## Task:
Return every entry exactly as written.

Collected data:
....................
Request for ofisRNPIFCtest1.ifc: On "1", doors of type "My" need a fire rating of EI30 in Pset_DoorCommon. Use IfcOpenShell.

First a look at what the model holds.

```python
import ifcopenshell
import ifcopenshell.util.element

model = ifcopenshell.open("ofisRNPIFCtest1.ifc")
print(model.schema)
storey = next(s for s in model.by_type("IfcBuildingStorey") if s.Name == "1")
doors = [e for e in ifcopenshell.util.element.get_decomposition(storey) if e.is_a("IfcDoor")]
seen = {}
for e in doors:
    element_type = ifcopenshell.util.element.get_type(e)
    key = (element_type.Name if element_type != e and element_type else None, ifcopenshell.util.element.get_pset(e, "Pset_DoorCommon", "FireRating"))
    seen[key] = seen.get(key, 0) + 1
for (name, value), count in sorted(seen.items(), key=str):
    print(count, "x", name, "|", value)
```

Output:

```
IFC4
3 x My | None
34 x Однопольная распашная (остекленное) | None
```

```python
import ifcopenshell
import ifcopenshell.api.pset
import ifcopenshell.util.element

model = ifcopenshell.open("ofisRNPIFCtest1.ifc")

storey = next(s for s in model.by_type("IfcBuildingStorey") if s.Name == "1")
doors = [e for e in ifcopenshell.util.element.get_decomposition(storey) if e.is_a("IfcDoor")]

count = 0
for e in doors:
    element_type = ifcopenshell.util.element.get_type(e)
    if element_type in (None, e) or element_type.Name != "My":
        continue
    # add_pset returns the element's existing set when there is one.
    pset = ifcopenshell.api.pset.add_pset(model, product=e, name="Pset_DoorCommon")
    ifcopenshell.api.pset.edit_pset(model, pset=pset, properties={"FireRating": "EI30"})
    count += 1

print(count, "doors updated")

model.write("ofisRNPIFCtest1_updated.ifc")
```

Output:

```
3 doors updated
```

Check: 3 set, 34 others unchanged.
....................
## Task output:
Request for ofisRNPIFCtest1.ifc: On "1", doors of type "My" need a fire rating of EI30 in Pset_DoorCommon. Use IfcOpenShell.

First a look at what the model holds.

```python
import ifcopenshell
import ifcopenshell.util.element

model = ifcopenshell.open("ofisRNPIFCtest1.ifc")
print(model.schema)
storey = next(s for s in model.by_type("IfcBuildingStorey") if s.Name == "1")
doors = [e for e in ifcopenshell.util.element.get_decomposition(storey) if e.is_a("IfcDoor")]
seen = {}
for e in doors:
    element_type = ifcopenshell.util.element.get_type(e)
    key = (element_type.Name if element_type != e and element_type else None, ifcopenshell.util.element.get_pset(e, "Pset_DoorCommon", "FireRating"))
    seen[key] = seen.get(key, 0) + 1
for (name, value), count in sorted(seen.items(), key=str):
    print(count, "x", name, "|", value)
```

Output:

```
IFC4
3 x My | None
34 x Однопольная распашная (остекленное) | None
```

```python
import ifcopenshell
import ifcopenshell.api.pset
import ifcopenshell.util.element

model = ifcopenshell.open("ofisRNPIFCtest1.ifc")

storey = next(s for s in model.by_type("IfcBuildingStorey") if s.Name == "1")
doors = [e for e in ifcopenshell.util.element.get_decomposition(storey) if e.is_a("IfcDoor")]

count = 0
for e in doors:
    element_type = ifcopenshell.util.element.get_type(e)
    if element_type in (None, e) or element_type.Name != "My":
        continue
    # add_pset returns the element's existing set when there is one.
    pset = ifcopenshell.api.pset.add_pset(model, product=e, name="Pset_DoorCommon")
    ifcopenshell.api.pset.edit_pset(model, pset=pset, properties={"FireRating": "EI30"})
    count += 1

print(count, "doors updated")

model.write("ofisRNPIFCtest1_updated.ifc")
```

Output:

```
3 doors updated
```

Check: 3 set, 34 others unchanged.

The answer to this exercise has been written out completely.